What's the length, width, and tube diameter of your boat? If it's a raft, do you know the center to center distance, or the width of your frame? Will your oar towers be fixed or adjustable? Will you row from a seat, dry box, cooler?

My dimensions on my raft are much smaller than yours, but the issue was similar. Longer oars felt better than shorter ones, but that made the 1/3 2/3 balance a little bit of a challenge. I use an NRS frame, so I got the taller 10 inch towers, and angled them outward to give me more width between the towers. This allowed me to get the balance right. I only angled them as far out as I could without having them go past a level position. Your counterbalance oars should eliminate or at least mostly eliminate the heavy oar problem. If your oars towers are fixed, then you will have to fudge a bit on balance.


----------



## spider (Jun 20, 2011)

I run 11'ers with out any CB and my oars are within an inch of the 1/3 in 2/3 out on my 18'x8' with 24" tubes. I'll go measure lock to lock.


----------



## spider (Jun 20, 2011)

94" CL oarlock to CL oarlock. 10" oar towers. It does make it hard to ship your oars but you can pull them in or lean to the side you need to ship and pull the other. As far as CB that is a Personal preference

Just measured my oar and I have 44" inside the boat. I think with 2.5lbs you will be happy. The cataract oars would have 4lbs CB in that length (old handles w/out the removable handle).


----------



## spider (Jun 20, 2011)

On another note I feel my towers could still come up an inch or so and just ordered pro-loks with an extra inch of riser.

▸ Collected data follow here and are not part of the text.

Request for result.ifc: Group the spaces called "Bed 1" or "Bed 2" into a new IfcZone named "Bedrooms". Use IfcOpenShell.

First a look at what the model holds.

```python
import ifcopenshell

model = ifcopenshell.open("result.ifc")
print(model.schema)
seen = {}
for space in model.by_type("IfcSpace"):
    seen[space.Name] = seen.get(space.Name, 0) + 1
for name, count in sorted(seen.items(), key=str):
    print(count, "x", name)
print("zones:", [z.Name for z in model.by_type("IfcZone")][:20])
```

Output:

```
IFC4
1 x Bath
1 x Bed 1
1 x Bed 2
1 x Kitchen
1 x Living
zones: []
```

```python
import ifcopenshell
import ifcopenshell.api.group
import ifcopenshell.api.root

model = ifcopenshell.open("result.ifc")

names = {"Bed 1", "Bed 2"}
spaces = [s for s in model.by_type("IfcSpace") if s.Name in names]

zone = ifcopenshell.api.root.create_entity(model, ifc_class="IfcZone", name="Bedrooms")
ifcopenshell.api.group.assign_group(model, products=spaces, group=zone)
print(len(spaces), "spaces in", zone.Name)

model.write("result_rev.ifc")
```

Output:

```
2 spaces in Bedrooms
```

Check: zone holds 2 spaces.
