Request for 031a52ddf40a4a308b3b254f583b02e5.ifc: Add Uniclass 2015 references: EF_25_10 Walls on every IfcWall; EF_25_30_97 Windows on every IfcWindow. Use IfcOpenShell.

First a look at what the model holds.

```python
import ifcopenshell

model = ifcopenshell.open("031a52ddf40a4a308b3b254f583b02e5.ifc")
print(model.schema)
print("classifications:", [c.Name for c in model.by_type("IfcClassification")])
for ifc_class in ("IfcDoor", "IfcRoof", "IfcStair", "IfcWall", "IfcWindow"):
    print(ifc_class, len(model.by_type(ifc_class)))
```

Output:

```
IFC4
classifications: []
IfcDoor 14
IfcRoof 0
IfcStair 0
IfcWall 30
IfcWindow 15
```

```python
import ifcopenshell
import ifcopenshell.api.classification

model = ifcopenshell.open("031a52ddf40a4a308b3b254f583b02e5.ifc")

system = ifcopenshell.api.classification.add_classification(model, classification="Uniclass 2015")

codes = {
    "IfcWall": ("EF_25_10", "Walls"),
    "IfcWindow": ("EF_25_30_97", "Windows"),
}
for ifc_class, (code, name) in codes.items():
    products = model.by_type(ifc_class)
    ifcopenshell.api.classification.add_reference(
        model, products=products, classification=system, identification=code, name=name
    )
    print(code, len(products))

model.write("031a52ddf40a4a308b3b254f583b02e5_v2.ifc")
```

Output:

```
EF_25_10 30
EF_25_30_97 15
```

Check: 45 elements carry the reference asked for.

Please post pics of your killer boat when she's done!!!


----------



## Yukon77 (Jan 30, 2013)

Thanks Spider - your measurements make sense and gives me some confidence I haven't gone off the deep (wide) end


----------



## spider (Jun 20, 2011)

Sawyer oars and pro-loks have a 15% off deal. Might be worth looking at. Avatard said the pro-loks are super smooth rowing and I think they would suit your non whitewater application. They are cheaper than conventional oarlock,wrap and stopper combos at 120$ a set.

I sit on a dry box with a poco pad folded in half maybe 8" off the frame FWIW. I am 5'8".


----------